[Data in this exercise — start]

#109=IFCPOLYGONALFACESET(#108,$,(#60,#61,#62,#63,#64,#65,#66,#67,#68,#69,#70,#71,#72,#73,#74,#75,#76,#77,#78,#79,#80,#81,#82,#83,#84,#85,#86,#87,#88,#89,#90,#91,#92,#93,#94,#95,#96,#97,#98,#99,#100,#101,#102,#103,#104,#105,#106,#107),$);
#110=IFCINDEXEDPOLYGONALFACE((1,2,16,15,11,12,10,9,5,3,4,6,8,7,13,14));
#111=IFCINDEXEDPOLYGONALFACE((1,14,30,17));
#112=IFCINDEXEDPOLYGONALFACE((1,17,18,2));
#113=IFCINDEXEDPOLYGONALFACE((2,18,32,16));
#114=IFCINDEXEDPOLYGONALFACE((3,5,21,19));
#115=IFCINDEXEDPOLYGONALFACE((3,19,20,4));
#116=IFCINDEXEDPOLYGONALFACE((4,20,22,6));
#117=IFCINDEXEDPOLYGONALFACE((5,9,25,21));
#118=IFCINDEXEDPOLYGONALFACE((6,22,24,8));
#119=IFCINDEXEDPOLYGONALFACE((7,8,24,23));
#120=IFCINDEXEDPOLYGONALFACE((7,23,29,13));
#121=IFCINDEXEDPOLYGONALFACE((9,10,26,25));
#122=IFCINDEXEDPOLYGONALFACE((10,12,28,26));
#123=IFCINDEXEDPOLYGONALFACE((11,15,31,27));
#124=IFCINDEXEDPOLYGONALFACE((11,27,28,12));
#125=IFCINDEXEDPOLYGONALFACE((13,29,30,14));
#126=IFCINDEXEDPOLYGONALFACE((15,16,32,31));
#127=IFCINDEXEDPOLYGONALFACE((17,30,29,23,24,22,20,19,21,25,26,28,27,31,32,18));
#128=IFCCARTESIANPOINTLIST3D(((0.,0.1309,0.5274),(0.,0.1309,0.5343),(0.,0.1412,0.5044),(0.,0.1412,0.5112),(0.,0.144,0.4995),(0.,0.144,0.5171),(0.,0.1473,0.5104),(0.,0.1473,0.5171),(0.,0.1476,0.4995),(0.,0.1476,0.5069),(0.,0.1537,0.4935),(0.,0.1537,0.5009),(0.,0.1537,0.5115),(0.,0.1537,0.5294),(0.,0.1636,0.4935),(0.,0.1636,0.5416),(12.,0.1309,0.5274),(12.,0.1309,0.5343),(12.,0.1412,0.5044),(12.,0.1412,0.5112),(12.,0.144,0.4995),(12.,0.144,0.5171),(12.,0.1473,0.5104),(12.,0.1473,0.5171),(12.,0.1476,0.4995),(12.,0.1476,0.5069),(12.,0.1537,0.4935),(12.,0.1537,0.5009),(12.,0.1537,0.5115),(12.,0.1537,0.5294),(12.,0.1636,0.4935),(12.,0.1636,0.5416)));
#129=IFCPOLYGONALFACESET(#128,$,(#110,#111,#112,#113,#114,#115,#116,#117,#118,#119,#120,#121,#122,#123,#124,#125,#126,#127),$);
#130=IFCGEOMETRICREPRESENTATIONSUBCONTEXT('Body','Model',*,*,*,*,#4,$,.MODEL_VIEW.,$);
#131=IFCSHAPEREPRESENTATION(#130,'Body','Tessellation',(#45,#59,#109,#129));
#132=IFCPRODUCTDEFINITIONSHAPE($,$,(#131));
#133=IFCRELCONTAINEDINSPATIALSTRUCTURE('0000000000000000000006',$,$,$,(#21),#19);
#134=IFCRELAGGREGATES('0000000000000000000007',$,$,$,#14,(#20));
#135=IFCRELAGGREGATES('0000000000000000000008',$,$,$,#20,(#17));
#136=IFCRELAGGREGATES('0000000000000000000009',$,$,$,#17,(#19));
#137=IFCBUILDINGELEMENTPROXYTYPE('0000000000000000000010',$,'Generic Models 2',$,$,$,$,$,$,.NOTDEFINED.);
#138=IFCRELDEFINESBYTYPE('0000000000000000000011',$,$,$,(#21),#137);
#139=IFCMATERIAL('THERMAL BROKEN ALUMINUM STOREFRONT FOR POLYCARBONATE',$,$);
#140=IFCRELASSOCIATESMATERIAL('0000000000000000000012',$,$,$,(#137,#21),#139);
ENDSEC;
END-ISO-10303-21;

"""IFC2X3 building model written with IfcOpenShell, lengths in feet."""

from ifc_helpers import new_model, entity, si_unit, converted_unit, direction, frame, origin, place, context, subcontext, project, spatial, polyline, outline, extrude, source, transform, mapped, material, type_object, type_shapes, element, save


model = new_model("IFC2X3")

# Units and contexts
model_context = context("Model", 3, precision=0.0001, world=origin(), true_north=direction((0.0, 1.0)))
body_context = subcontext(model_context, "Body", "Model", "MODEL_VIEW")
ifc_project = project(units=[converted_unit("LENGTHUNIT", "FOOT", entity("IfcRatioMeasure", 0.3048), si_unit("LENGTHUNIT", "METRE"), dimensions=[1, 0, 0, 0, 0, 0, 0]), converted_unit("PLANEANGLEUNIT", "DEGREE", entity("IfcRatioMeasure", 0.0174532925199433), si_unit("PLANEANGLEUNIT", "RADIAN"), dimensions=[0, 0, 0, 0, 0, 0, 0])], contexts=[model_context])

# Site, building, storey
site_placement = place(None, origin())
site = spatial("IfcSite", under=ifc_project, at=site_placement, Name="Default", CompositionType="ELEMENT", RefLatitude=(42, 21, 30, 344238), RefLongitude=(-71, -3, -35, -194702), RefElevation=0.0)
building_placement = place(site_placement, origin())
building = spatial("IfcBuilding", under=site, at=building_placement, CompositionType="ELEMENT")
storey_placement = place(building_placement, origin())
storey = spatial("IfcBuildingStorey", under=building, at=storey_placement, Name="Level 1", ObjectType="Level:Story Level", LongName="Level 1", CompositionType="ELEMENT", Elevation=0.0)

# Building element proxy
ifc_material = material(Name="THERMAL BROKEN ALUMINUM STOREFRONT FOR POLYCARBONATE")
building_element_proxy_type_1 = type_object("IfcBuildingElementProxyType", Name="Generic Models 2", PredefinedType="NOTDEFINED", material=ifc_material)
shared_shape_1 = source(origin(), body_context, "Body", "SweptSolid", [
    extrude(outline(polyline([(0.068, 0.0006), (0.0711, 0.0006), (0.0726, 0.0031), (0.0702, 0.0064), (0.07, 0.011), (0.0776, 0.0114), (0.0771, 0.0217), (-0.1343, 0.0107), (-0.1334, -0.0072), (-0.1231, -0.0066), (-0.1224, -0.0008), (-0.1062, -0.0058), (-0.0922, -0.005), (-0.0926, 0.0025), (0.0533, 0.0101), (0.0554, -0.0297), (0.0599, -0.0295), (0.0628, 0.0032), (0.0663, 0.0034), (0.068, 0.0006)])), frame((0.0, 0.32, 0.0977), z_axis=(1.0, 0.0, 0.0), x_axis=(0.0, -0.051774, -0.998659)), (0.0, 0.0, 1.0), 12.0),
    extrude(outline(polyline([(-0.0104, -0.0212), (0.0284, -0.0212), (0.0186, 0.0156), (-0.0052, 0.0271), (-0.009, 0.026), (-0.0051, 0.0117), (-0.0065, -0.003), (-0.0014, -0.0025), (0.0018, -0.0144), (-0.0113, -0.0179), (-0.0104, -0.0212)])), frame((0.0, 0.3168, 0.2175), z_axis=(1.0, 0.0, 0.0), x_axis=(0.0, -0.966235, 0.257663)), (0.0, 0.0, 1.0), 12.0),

[Data in this exercise — finish]

Activity: Using the entries above, return exactly the lines from the line with "#118=IFCINDEXEDPOLYGONALFACE((6,22,24,8));" to the line with "building model written", counting both of those lines.

The answer:
#118=IFCINDEXEDPOLYGONALFACE((6,22,24,8));
#119=IFCINDEXEDPOLYGONALFACE((7,8,24,23));
#120=IFCINDEXEDPOLYGONALFACE((7,23,29,13));
#121=IFCINDEXEDPOLYGONALFACE((9,10,26,25));
#122=IFCINDEXEDPOLYGONALFACE((10,12,28,26));
#123=IFCINDEXEDPOLYGONALFACE((11,15,31,27));
#124=IFCINDEXEDPOLYGONALFACE((11,27,28,12));
#125=IFCINDEXEDPOLYGONALFACE((13,29,30,14));
#126=IFCINDEXEDPOLYGONALFACE((15,16,32,31));
#127=IFCINDEXEDPOLYGONALFACE((17,30,29,23,24,22,20,19,21,25,26,28,27,31,32,18));
#128=IFCCARTESIANPOINTLIST3D(((0.,0.1309,0.5274),(0.,0.1309,0.5343),(0.,0.1412,0.5044),(0.,0.1412,0.5112),(0.,0.144,0.4995),(0.,0.144,0.5171),(0.,0.1473,0.5104),(0.,0.1473,0.5171),(0.,0.1476,0.4995),(0.,0.1476,0.5069),(0.,0.1537,0.4935),(0.,0.1537,0.5009),(0.,0.1537,0.5115),(0.,0.1537,0.5294),(0.,0.1636,0.4935),(0.,0.1636,0.5416),(12.,0.1309,0.5274),(12.,0.1309,0.5343),(12.,0.1412,0.5044),(12.,0.1412,0.5112),(12.,0.144,0.4995),(12.,0.144,0.5171),(12.,0.1473,0.5104),(12.,0.1473,0.5171),(12.,0.1476,0.4995),(12.,0.1476,0.5069),(12.,0.1537,0.4935),(12.,0.1537,0.5009),(12.,0.1537,0.5115),(12.,0.1537,0.5294),(12.,0.1636,0.4935),(12.,0.1636,0.5416)));
#129=IFCPOLYGONALFACESET(#128,$,(#110,#111,#112,#113,#114,#115,#116,#117,#118,#119,#120,#121,#122,#123,#124,#125,#126,#127),$);
#130=IFCGEOMETRICREPRESENTATIONSUBCONTEXT('Body','Model',*,*,*,*,#4,$,.MODEL_VIEW.,$);
#131=IFCSHAPEREPRESENTATION(#130,'Body','Tessellation',(#45,#59,#109,#129));
#132=IFCPRODUCTDEFINITIONSHAPE($,$,(#131));
#133=IFCRELCONTAINEDINSPATIALSTRUCTURE('0000000000000000000006',$,$,$,(#21),#19);
#134=IFCRELAGGREGATES('0000000000000000000007',$,$,$,#14,(#20));
#135=IFCRELAGGREGATES('0000000000000000000008',$,$,$,#20,(#17));
#136=IFCRELAGGREGATES('0000000000000000000009',$,$,$,#17,(#19));
#137=IFCBUILDINGELEMENTPROXYTYPE('0000000000000000000010',$,'Generic Models 2',$,$,$,$,$,$,.NOTDEFINED.);
#138=IFCRELDEFINESBYTYPE('0000000000000000000011',$,$,$,(#21),#137);
#139=IFCMATERIAL('THERMAL BROKEN ALUMINUM STOREFRONT FOR POLYCARBONATE',$,$);
#140=IFCRELASSOCIATESMATERIAL('0000000000000000000012',$,$,$,(#137,#21),#139);
ENDSEC;
END-ISO-10303-21;

"""IFC2X3 building model written with IfcOpenShell, lengths in feet."""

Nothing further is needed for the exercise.